===== INFORMATION

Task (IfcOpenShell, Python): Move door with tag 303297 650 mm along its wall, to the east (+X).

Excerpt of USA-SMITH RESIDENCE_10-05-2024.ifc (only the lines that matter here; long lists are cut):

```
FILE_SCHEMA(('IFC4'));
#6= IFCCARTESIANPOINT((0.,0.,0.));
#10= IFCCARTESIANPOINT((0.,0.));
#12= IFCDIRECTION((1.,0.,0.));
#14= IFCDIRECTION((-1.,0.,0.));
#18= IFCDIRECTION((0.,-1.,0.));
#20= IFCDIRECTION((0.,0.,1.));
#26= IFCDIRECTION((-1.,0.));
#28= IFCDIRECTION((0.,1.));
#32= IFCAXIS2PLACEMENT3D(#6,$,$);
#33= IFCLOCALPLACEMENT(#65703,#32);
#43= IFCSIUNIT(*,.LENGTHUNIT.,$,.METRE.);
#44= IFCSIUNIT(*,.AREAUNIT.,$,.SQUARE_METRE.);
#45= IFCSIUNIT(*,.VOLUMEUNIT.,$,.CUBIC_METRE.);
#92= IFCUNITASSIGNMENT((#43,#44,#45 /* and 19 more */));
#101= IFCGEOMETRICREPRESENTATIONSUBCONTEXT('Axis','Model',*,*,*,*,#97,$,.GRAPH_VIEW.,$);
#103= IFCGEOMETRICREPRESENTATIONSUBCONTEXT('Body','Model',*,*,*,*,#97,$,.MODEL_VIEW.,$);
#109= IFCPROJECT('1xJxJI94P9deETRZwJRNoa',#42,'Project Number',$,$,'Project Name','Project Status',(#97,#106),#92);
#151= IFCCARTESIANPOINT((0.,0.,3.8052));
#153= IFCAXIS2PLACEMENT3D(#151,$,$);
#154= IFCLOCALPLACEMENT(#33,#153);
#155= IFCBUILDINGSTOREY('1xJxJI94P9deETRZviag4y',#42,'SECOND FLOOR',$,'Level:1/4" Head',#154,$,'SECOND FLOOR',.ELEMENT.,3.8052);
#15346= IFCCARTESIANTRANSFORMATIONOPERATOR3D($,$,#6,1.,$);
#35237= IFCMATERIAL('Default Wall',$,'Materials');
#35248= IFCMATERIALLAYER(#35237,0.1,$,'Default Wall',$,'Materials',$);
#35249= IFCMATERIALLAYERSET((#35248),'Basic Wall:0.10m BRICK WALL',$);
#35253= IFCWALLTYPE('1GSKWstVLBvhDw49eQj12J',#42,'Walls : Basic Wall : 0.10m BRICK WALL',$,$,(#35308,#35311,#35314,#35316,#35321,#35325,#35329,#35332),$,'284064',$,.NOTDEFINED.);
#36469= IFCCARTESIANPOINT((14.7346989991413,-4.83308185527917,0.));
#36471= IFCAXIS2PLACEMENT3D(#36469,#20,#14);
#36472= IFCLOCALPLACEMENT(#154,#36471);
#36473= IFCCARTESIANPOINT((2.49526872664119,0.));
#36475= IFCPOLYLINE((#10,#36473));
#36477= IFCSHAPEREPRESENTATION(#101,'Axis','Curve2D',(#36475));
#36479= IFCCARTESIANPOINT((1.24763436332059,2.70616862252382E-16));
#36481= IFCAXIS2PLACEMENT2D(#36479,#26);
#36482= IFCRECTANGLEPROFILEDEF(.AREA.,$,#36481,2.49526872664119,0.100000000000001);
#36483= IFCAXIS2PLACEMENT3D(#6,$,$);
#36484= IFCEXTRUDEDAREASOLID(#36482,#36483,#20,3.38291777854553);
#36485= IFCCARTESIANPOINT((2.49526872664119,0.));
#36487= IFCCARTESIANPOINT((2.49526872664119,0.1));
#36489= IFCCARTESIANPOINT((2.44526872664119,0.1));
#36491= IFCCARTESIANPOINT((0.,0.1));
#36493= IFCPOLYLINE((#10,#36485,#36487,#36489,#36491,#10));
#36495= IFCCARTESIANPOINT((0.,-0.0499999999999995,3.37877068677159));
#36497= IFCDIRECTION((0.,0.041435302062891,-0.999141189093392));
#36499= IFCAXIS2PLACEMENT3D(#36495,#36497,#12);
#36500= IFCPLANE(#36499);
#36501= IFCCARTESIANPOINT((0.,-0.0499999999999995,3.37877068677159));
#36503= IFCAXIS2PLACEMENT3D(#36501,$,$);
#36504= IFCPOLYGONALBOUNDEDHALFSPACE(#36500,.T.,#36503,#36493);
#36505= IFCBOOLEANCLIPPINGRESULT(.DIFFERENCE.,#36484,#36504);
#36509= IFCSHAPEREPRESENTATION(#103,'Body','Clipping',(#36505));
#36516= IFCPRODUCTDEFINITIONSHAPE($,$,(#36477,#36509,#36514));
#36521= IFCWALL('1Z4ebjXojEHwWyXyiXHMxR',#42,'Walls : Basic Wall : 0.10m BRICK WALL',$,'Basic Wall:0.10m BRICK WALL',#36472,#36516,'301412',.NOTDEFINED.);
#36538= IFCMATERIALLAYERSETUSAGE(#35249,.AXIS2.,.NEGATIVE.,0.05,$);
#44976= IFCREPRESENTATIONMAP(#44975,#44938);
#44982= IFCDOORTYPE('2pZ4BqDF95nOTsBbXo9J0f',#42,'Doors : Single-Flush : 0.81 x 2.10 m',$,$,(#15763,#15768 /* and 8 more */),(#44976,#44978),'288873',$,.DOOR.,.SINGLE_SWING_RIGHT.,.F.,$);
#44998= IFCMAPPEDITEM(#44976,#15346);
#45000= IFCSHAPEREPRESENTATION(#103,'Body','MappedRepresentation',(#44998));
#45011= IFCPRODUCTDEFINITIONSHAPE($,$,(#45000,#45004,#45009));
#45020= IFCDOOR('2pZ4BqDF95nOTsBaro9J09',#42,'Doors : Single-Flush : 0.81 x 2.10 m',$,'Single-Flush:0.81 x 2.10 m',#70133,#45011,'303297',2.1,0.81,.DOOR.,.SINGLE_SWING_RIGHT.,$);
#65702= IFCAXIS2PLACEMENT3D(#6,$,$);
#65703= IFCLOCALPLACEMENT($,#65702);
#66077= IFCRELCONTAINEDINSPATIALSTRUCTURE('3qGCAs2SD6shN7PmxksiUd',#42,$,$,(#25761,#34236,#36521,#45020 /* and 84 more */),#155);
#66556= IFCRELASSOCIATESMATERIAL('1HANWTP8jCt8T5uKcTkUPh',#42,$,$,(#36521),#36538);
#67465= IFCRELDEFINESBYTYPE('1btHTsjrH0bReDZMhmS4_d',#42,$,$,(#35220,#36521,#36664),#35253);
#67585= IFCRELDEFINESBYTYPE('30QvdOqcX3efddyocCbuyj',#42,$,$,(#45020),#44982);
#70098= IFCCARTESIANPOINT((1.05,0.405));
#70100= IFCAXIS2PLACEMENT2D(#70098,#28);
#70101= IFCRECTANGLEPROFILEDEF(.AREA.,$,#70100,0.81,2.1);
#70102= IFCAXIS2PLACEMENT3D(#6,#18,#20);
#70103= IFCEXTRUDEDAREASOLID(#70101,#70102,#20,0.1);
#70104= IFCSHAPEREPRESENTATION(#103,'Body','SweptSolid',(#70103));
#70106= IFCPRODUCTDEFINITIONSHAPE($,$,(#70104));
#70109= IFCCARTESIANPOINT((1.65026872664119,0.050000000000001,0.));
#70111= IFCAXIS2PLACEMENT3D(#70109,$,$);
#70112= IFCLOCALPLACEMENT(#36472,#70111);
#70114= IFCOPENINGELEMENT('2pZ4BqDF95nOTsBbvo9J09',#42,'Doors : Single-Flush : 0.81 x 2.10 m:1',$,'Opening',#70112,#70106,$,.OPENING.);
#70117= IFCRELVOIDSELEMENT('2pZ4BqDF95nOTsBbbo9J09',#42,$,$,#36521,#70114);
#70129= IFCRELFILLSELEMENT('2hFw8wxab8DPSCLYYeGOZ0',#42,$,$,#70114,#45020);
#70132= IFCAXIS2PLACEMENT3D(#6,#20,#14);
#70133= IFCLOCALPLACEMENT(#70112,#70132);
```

```python
import ifcopenshell
import ifcopenshell.api.geometry
import ifcopenshell.util.placement

model = ifcopenshell.open("USA-SMITH RESIDENCE_10-05-2024.ifc")

door = model.by_id(45020)
opening = door.FillsVoids[0].RelatingOpeningElement
wall = opening.VoidsElements[0].RelatingBuildingElement

wall_matrix = ifcopenshell.util.placement.get_local_placement(wall.ObjectPlacement)
shift = wall_matrix[:3, 0] * -0.65
before = ifcopenshell.util.placement.get_local_placement(door.ObjectPlacement)[:3, 3].copy()

# The door is placed relative to its opening, so it follows when the opening moves.
matrix = ifcopenshell.util.placement.get_local_placement(opening.ObjectPlacement)
matrix[:3, 3] += shift
ifcopenshell.api.geometry.edit_object_placement(
    model, product=opening, matrix=matrix, is_si=False, should_transform_children=True
)

after = ifcopenshell.util.placement.get_local_placement(door.ObjectPlacement)[:3, 3]
print("door moved by", (after - before).round(3) + 0.0)

model.write("USA-SMITH RESIDENCE_10-05-2024_rev.ifc")
```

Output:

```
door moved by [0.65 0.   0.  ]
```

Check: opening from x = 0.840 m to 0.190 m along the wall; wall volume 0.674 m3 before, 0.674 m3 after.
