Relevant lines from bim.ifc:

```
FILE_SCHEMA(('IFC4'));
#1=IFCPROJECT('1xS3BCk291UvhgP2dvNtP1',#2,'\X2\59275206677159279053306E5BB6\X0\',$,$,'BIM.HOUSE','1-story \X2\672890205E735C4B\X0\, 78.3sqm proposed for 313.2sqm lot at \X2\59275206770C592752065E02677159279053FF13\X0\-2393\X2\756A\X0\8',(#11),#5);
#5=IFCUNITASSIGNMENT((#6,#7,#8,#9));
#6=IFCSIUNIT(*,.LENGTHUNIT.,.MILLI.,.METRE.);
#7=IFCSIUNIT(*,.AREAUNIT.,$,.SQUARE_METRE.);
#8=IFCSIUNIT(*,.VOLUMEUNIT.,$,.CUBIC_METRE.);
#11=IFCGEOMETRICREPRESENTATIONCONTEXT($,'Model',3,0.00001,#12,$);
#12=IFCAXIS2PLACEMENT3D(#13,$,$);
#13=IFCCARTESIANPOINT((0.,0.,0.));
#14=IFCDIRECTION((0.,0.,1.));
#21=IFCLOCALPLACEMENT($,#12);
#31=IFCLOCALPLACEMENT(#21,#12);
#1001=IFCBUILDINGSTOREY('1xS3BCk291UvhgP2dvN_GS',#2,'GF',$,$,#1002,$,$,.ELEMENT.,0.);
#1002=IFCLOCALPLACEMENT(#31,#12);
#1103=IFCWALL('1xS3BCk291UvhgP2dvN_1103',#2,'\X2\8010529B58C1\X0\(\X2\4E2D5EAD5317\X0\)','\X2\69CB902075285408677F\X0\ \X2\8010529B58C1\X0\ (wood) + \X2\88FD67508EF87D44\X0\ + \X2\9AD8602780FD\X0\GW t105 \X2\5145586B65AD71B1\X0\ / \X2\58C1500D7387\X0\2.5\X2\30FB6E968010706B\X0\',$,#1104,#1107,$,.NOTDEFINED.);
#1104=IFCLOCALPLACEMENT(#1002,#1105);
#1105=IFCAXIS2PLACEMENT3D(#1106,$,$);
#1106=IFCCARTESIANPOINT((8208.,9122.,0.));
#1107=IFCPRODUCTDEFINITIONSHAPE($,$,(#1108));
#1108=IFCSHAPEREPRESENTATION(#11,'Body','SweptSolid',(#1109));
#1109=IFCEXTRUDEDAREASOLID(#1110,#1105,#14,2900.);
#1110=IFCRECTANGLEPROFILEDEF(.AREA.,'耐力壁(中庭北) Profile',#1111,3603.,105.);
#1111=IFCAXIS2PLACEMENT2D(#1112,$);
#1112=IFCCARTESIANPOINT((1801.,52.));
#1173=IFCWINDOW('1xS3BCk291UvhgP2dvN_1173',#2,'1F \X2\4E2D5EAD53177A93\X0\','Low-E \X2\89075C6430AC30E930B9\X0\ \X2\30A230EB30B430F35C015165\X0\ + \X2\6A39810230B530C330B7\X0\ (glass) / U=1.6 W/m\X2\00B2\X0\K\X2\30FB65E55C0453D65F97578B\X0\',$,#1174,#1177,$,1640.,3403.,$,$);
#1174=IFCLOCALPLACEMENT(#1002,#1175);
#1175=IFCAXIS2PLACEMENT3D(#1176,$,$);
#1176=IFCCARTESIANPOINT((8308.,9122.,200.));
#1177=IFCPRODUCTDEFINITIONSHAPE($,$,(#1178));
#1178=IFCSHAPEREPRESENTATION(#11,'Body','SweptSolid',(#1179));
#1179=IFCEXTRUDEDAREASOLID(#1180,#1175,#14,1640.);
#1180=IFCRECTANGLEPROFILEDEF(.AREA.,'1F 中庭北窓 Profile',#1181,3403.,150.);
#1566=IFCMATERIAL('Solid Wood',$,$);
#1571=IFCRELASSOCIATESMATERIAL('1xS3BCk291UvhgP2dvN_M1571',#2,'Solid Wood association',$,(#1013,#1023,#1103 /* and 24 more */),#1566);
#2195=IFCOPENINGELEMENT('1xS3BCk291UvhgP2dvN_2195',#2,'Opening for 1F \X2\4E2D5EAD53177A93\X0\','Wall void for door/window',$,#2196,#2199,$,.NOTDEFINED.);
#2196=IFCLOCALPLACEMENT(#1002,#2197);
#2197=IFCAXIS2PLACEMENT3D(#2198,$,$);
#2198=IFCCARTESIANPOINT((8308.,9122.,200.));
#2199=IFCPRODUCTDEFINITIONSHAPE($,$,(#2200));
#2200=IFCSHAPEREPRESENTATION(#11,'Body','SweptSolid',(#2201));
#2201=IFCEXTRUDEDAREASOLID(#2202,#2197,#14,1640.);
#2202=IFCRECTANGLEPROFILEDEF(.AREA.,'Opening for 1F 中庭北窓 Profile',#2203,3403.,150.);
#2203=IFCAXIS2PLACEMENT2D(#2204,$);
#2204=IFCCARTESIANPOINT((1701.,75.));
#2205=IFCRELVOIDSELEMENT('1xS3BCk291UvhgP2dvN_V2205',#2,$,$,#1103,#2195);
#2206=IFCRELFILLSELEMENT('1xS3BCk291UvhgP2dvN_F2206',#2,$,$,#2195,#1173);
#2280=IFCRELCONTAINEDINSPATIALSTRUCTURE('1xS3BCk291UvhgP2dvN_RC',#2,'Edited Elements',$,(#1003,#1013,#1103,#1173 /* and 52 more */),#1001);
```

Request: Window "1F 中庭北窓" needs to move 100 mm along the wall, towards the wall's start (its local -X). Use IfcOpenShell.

```python
import ifcopenshell
import ifcopenshell.api.geometry
import ifcopenshell.util.placement
import ifcopenshell.util.unit

model = ifcopenshell.open("bim.ifc")
unit_scale = ifcopenshell.util.unit.calculate_unit_scale(model)

window = model.by_id(1173)
opening = window.FillsVoids[0].RelatingOpeningElement
wall = opening.VoidsElements[0].RelatingBuildingElement

wall_matrix = ifcopenshell.util.placement.get_local_placement(wall.ObjectPlacement)
shift = wall_matrix[:3, 0] * -0.1 / unit_scale
before = ifcopenshell.util.placement.get_local_placement(window.ObjectPlacement)[:3, 3].copy()

# The window is not placed relative to its opening, so move both.
for product in (opening, window):
    matrix = ifcopenshell.util.placement.get_local_placement(product.ObjectPlacement)
    matrix[:3, 3] += shift
    ifcopenshell.api.geometry.edit_object_placement(model, product=product, matrix=matrix, is_si=False)

after = ifcopenshell.util.placement.get_local_placement(window.ObjectPlacement)[:3, 3]
print("window moved by", (after - before).round(3) + 0.0)

model.write("bim_rev.ifc")
```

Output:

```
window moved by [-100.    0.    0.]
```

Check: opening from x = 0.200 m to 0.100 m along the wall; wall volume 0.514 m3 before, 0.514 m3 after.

==========

§ **EXERCISE BRIEF**
Pull out every line holding "Default" from the records above, and copy it.

§ **RESPONSE TO THE TASK**
#35237= IFCMATERIAL('Default Wall',$,'Materials');
#35248= IFCMATERIALLAYER(#35237,0.1,$,'Default Wall',$,'Materials',$);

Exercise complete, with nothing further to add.